**Task details**
Read the lines below, and copy any that contain the string "高性能GW".

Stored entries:
▽
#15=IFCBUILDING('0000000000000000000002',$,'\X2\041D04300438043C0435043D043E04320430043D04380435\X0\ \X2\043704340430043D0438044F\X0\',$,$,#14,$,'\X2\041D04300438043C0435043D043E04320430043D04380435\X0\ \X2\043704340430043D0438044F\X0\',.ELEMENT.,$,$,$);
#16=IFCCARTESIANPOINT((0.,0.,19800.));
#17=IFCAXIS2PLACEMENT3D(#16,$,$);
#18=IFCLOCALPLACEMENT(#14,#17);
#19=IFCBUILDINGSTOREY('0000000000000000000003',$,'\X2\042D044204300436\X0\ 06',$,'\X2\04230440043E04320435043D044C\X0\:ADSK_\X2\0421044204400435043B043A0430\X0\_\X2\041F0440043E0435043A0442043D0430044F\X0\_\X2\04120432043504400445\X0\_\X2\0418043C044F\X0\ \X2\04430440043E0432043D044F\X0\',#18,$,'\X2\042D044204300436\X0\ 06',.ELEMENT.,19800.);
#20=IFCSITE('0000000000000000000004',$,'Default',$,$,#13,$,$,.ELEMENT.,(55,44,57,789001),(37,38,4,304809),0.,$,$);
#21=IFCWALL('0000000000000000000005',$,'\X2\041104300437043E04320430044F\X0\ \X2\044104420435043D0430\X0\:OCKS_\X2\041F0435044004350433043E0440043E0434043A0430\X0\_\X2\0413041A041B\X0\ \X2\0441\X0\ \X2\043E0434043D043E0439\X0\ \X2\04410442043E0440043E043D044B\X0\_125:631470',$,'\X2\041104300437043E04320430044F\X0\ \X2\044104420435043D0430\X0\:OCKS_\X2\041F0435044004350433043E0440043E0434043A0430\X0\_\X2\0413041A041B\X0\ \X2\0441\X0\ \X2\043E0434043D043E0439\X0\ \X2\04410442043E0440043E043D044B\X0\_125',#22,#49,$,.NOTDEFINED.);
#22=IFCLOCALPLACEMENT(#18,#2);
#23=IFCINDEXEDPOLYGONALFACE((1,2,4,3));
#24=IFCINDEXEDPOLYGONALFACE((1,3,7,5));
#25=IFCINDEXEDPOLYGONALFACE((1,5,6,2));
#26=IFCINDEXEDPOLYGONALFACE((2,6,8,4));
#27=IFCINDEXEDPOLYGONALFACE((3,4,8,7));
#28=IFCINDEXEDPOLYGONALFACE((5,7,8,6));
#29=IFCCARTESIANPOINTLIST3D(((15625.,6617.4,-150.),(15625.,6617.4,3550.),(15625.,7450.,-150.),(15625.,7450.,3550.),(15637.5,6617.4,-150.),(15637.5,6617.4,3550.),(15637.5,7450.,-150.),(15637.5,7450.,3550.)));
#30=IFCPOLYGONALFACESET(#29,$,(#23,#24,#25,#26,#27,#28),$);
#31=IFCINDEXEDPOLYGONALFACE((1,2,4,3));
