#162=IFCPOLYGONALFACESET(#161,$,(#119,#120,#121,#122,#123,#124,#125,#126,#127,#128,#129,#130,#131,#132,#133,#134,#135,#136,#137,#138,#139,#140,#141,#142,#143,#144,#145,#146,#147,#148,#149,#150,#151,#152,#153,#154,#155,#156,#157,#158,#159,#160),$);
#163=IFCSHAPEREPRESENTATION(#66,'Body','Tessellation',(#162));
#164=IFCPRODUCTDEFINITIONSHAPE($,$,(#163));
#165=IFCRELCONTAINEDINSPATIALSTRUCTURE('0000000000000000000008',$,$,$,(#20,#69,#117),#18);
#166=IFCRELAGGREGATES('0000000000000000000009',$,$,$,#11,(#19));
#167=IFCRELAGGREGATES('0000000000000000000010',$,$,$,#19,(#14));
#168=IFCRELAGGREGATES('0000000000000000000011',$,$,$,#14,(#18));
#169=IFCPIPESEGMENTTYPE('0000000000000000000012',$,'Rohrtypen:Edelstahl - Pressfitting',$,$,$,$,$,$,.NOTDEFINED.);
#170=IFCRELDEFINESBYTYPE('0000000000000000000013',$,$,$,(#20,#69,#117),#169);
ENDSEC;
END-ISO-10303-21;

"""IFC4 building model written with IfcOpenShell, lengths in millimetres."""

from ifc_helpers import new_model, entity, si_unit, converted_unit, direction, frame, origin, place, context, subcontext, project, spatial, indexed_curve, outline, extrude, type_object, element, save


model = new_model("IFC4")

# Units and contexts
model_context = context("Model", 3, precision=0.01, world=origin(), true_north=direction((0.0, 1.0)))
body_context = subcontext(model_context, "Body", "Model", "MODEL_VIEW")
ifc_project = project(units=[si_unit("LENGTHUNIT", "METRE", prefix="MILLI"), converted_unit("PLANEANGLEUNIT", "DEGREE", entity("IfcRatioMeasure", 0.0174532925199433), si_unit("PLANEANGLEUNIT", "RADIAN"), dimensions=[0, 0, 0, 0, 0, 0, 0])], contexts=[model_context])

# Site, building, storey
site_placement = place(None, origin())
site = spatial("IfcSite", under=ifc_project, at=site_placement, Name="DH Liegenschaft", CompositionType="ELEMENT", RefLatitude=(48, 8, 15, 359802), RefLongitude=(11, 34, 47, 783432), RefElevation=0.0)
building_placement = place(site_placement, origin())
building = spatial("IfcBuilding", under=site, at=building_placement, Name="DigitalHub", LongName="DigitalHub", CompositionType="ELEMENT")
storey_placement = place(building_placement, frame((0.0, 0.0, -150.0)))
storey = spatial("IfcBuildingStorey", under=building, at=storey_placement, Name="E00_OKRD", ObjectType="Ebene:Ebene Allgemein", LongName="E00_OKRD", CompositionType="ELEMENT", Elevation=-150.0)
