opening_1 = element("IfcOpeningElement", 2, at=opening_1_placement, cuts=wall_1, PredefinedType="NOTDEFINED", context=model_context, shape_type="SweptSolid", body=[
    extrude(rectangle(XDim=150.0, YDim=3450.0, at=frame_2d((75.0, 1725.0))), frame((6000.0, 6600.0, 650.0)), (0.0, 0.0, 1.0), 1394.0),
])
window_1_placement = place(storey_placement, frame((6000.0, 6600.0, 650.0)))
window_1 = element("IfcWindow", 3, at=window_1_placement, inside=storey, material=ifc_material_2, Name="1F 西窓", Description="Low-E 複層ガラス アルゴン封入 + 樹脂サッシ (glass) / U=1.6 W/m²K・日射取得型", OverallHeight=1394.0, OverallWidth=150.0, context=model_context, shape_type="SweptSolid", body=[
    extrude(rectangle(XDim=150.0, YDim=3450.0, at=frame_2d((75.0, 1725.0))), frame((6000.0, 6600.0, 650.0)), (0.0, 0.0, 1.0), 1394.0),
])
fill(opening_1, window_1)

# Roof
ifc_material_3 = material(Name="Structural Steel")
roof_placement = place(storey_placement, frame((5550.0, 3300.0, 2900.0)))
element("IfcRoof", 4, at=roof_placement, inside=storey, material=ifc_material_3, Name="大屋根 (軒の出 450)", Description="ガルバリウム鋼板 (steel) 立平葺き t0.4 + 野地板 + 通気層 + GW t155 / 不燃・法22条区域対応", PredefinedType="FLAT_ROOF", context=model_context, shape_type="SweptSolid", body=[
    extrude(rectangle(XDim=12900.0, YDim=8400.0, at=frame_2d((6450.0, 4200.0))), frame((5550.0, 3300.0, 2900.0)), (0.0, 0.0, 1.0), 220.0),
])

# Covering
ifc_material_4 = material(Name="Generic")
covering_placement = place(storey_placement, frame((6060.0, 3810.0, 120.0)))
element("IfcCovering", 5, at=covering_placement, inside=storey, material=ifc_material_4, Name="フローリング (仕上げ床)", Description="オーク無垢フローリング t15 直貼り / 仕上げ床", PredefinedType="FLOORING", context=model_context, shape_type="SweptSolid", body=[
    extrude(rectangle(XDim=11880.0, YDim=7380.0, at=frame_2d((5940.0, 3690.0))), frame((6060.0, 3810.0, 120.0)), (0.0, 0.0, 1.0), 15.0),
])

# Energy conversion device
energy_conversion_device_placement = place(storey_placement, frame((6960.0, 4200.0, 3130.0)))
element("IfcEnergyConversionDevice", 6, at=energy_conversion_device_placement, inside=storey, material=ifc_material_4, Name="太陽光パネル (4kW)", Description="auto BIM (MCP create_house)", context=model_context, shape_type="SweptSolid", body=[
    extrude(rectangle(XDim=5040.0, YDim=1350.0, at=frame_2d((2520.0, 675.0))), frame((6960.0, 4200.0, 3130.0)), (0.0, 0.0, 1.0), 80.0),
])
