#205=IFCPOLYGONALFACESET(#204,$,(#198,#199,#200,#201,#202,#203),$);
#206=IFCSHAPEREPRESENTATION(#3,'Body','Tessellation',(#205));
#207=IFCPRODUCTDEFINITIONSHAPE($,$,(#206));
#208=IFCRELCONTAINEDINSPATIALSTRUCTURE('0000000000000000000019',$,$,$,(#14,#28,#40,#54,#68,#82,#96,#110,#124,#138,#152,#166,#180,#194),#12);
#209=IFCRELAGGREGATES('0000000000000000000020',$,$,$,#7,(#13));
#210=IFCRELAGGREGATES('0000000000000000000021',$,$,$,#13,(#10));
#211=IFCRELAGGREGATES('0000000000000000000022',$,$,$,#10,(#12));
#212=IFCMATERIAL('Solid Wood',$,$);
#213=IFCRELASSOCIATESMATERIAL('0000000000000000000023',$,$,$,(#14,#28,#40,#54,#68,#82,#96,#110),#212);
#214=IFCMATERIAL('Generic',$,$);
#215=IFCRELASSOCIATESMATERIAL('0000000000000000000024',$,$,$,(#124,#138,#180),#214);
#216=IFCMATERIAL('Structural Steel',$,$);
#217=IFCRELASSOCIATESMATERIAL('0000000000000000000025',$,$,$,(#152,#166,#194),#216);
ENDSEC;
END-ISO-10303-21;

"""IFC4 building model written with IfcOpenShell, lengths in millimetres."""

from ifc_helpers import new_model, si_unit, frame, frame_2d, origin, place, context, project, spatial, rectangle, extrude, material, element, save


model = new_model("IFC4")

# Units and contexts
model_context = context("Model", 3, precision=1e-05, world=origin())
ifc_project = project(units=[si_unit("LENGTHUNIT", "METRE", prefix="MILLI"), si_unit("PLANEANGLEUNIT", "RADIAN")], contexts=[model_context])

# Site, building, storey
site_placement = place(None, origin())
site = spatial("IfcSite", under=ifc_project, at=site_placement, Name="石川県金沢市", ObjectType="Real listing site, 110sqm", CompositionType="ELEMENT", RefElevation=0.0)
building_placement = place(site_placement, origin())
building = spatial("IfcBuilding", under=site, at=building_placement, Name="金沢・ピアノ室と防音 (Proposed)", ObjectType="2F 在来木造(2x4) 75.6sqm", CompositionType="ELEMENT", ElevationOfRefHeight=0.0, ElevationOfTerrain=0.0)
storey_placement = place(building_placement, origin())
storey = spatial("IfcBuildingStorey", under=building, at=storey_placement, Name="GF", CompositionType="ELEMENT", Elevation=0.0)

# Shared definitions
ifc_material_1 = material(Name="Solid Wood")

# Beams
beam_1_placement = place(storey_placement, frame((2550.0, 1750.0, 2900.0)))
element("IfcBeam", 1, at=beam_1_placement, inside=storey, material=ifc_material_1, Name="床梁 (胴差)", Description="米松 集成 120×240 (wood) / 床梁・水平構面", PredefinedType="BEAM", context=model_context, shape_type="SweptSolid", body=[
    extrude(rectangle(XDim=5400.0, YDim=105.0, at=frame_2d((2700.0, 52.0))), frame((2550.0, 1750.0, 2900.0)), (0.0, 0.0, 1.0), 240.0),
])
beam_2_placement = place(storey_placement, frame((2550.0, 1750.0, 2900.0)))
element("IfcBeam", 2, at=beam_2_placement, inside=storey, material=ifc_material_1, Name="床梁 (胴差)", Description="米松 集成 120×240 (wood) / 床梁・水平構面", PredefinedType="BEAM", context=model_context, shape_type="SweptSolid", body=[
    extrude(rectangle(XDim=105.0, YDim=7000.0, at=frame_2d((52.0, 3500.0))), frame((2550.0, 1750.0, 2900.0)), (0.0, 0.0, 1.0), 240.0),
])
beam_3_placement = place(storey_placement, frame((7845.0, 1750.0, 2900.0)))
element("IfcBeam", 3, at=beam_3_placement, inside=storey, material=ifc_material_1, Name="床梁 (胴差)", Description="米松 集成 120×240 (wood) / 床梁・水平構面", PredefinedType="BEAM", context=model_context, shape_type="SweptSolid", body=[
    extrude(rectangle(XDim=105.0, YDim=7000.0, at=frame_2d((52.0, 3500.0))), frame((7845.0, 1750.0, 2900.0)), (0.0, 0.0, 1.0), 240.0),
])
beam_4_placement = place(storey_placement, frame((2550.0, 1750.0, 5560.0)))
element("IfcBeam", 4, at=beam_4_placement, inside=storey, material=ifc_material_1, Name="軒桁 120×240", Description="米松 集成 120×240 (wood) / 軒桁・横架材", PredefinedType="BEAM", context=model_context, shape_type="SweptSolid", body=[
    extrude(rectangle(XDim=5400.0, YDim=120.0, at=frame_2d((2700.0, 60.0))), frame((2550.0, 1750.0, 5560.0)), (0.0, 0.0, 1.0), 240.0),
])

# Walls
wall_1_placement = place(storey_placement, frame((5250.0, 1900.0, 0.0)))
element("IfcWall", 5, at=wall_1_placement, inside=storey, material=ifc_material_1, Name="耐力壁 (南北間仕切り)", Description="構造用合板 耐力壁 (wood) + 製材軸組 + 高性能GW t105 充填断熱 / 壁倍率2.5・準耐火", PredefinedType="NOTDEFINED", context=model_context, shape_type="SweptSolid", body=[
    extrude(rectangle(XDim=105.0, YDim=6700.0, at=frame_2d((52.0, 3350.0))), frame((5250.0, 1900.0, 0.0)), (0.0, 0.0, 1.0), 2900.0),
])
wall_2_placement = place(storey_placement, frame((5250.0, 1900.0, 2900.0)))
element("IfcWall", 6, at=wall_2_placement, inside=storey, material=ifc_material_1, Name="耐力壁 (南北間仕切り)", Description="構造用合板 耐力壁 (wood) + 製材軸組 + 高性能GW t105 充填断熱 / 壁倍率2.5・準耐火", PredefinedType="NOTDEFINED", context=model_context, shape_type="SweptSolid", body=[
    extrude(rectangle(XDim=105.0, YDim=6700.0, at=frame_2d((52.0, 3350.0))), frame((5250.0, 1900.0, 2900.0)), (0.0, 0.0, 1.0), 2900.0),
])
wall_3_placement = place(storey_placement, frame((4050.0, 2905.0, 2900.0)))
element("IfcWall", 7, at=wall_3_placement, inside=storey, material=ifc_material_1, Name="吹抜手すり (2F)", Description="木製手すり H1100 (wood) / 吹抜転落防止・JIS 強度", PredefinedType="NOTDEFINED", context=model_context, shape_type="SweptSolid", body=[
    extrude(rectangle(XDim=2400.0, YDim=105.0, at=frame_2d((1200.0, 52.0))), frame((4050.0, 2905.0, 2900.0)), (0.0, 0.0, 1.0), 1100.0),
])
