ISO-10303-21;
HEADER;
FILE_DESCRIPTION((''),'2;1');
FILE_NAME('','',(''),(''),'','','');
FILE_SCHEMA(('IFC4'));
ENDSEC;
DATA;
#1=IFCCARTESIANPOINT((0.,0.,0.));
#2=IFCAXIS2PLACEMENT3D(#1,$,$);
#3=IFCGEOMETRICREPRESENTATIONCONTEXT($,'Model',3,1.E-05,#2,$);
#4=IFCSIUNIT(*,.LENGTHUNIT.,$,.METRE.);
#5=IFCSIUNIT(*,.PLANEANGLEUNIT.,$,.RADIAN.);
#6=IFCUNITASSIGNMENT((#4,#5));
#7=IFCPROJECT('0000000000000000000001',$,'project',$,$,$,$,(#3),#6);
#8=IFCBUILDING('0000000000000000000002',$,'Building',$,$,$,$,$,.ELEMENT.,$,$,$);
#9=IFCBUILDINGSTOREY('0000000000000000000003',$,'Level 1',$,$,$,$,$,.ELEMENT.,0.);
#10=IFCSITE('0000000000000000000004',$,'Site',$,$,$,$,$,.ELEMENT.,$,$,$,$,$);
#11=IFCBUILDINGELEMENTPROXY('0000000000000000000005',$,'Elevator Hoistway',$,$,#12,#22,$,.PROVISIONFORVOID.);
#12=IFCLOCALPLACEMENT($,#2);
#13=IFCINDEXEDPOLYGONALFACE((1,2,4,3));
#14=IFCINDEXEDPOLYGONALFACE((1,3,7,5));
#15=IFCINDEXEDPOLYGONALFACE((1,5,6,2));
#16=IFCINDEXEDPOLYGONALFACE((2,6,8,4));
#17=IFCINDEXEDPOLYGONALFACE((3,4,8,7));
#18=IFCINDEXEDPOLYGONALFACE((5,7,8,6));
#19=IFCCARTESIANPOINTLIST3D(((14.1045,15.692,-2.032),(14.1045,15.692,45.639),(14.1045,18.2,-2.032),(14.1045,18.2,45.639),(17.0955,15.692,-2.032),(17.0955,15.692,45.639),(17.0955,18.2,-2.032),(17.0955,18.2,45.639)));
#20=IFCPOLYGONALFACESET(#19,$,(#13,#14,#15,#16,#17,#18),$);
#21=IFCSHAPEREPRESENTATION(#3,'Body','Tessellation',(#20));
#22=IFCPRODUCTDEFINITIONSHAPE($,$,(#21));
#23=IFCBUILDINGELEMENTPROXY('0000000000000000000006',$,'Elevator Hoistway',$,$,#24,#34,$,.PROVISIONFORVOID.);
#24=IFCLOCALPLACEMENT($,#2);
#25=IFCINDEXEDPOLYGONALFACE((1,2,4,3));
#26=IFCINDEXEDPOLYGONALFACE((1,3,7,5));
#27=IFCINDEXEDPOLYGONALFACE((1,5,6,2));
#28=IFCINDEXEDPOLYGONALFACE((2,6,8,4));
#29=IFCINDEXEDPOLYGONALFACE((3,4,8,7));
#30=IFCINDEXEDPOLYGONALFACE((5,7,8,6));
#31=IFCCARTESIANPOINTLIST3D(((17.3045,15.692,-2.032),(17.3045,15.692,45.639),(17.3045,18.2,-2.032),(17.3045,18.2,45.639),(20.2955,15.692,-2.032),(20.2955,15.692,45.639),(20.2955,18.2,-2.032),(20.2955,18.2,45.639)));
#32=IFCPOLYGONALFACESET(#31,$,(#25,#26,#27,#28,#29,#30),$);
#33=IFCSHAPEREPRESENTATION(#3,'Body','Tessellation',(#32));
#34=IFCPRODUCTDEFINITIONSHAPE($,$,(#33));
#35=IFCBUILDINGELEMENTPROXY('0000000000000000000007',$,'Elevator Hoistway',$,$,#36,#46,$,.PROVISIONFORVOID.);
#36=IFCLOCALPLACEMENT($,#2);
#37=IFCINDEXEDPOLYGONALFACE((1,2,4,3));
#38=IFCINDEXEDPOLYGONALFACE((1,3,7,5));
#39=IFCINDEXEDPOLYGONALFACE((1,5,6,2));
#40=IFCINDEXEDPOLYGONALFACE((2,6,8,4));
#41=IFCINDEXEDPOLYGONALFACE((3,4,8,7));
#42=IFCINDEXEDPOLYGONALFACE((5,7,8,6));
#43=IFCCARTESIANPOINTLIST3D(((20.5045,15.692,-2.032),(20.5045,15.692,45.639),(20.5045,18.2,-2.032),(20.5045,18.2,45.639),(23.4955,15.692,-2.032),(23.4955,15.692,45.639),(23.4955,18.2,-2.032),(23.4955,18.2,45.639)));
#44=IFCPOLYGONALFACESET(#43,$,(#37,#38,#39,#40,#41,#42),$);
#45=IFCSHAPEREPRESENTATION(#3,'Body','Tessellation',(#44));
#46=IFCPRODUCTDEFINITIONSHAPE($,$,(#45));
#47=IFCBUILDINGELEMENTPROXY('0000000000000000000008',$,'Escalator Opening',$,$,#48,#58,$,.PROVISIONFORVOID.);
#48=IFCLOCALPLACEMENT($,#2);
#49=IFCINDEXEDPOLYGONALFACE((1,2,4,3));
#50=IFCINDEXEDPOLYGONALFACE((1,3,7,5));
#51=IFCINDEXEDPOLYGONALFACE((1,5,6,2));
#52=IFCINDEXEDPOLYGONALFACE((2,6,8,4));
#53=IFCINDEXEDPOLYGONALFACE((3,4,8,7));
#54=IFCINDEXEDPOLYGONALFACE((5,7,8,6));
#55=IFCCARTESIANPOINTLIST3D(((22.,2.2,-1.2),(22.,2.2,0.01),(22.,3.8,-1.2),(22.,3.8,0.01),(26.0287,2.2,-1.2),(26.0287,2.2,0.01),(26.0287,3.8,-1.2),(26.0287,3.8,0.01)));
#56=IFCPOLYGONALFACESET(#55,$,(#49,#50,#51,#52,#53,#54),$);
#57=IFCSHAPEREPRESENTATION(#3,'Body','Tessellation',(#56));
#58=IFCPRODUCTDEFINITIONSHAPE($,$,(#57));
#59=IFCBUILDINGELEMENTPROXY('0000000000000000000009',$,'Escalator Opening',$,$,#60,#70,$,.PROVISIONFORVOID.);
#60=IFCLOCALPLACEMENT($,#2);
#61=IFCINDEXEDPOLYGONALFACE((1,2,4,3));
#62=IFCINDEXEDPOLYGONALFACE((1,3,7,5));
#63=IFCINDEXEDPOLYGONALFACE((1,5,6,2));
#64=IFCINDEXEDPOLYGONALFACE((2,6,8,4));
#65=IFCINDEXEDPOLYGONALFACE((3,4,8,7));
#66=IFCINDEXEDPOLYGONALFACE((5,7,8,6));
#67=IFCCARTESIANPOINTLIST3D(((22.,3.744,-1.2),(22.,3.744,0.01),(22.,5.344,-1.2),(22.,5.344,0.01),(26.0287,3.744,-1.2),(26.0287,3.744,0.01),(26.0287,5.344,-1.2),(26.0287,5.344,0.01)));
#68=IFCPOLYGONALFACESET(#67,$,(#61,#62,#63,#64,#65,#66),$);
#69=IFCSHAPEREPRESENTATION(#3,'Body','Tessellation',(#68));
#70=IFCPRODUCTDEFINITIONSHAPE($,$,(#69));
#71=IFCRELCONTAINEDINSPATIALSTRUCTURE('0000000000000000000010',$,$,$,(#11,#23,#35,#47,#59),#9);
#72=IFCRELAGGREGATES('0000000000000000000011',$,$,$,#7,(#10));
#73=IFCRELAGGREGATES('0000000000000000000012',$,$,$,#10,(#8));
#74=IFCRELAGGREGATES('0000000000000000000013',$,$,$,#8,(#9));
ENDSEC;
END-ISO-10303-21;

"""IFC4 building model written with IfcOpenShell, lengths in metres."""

from ifc_helpers import new_model, si_unit, frame, origin, place, context, project, spatial, polyline, outline, extrude, element, save


model = new_model("IFC4")

# Units and contexts
model_context = context("Model", 3, precision=1e-05, world=origin())
ifc_project = project(units=[si_unit("LENGTHUNIT", "METRE"), si_unit("PLANEANGLEUNIT", "RADIAN")], contexts=[model_context])

# Site, building, storey
site = spatial("IfcSite", under=ifc_project, Name="Site", CompositionType="ELEMENT")
building = spatial("IfcBuilding", under=site, Name="Building", CompositionType="ELEMENT")
storey = spatial("IfcBuildingStorey", under=building, Name="Level 1", CompositionType="ELEMENT", Elevation=0.0)

# Building element proxies
proxy_1_placement = place(None, frame((0.0, 0.0, 45.639)))
element("IfcBuildingElementProxy", 1, at=proxy_1_placement, inside=storey, Name="Elevator Hoistway", PredefinedType="PROVISIONFORVOID", context=model_context, shape_type="SweptSolid", body=[
    extrude(outline(polyline([(17.0955, 18.2), (14.1045, 18.2), (14.1045, 15.692), (17.0955, 15.692), (17.0955, 18.2)])), origin(), (0.0, 0.0, -1.0), 47.671),
])
proxy_2_placement = place(None, frame((0.0, 0.0, 45.639)))
element("IfcBuildingElementProxy", 2, at=proxy_2_placement, inside=storey, Name="Elevator Hoistway", PredefinedType="PROVISIONFORVOID", context=model_context, shape_type="SweptSolid", body=[
    extrude(outline(polyline([(20.2955, 18.2), (17.3045, 18.2), (17.3045, 15.692), (20.2955, 15.692), (20.2955, 18.2)])), origin(), (0.0, 0.0, -1.0), 47.671),
])
proxy_3_placement = place(None, frame((0.0, 0.0, 45.639)))
element("IfcBuildingElementProxy", 3, at=proxy_3_placement, inside=storey, Name="Elevator Hoistway", PredefinedType="PROVISIONFORVOID", context=model_context, shape_type="SweptSolid", body=[
    extrude(outline(polyline([(23.4955, 18.2), (20.5045, 18.2), (20.5045, 15.692), (23.4955, 15.692), (23.4955, 18.2)])), origin(), (0.0, 0.0, -1.0), 47.671),
])
proxy_4_placement = place(None, frame((0.0, 0.0, 0.01)))
element("IfcBuildingElementProxy", 4, at=proxy_4_placement, inside=storey, Name="Escalator Opening", PredefinedType="PROVISIONFORVOID", context=model_context, shape_type="SweptSolid", body=[
    extrude(outline(polyline([(22.0, 2.2), (26.0287, 2.2), (26.0287, 3.8), (22.0, 3.8), (22.0, 2.2)])), origin(), (0.0, 0.0, -1.0), 1.21),
])
proxy_5_placement = place(None, frame((0.0, 0.0, 0.01)))
element("IfcBuildingElementProxy", 5, at=proxy_5_placement, inside=storey, Name="Escalator Opening", PredefinedType="PROVISIONFORVOID", context=model_context, shape_type="SweptSolid", body=[
    extrude(outline(polyline([(22.0, 3.744), (26.0287, 3.744), (26.0287, 5.344), (22.0, 5.344), (22.0, 3.744)])), origin(), (0.0, 0.0, -1.0), 1.21),
])

save(model, "model.ifc")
△
**Completed exercise**
element("IfcWall", 5, at=wall_1_placement, inside=storey, material=ifc_material_1, Name="耐力壁 (南北間仕切り)", Description="構造用合板 耐力壁 (wood) + 製材軸組 + 高性能GW t105 充填断熱 / 壁倍率2.5・準耐火", PredefinedType="NOTDEFINED", context=model_context, shape_type="SweptSolid", body=[
element("IfcWall", 6, at=wall_2_placement, inside=storey, material=ifc_material_1, Name="耐力壁 (南北間仕切り)", Description="構造用合板 耐力壁 (wood) + 製材軸組 + 高性能GW t105 充填断熱 / 壁倍率2.5・準耐火", PredefinedType="NOTDEFINED", context=model_context, shape_type="SweptSolid", body=[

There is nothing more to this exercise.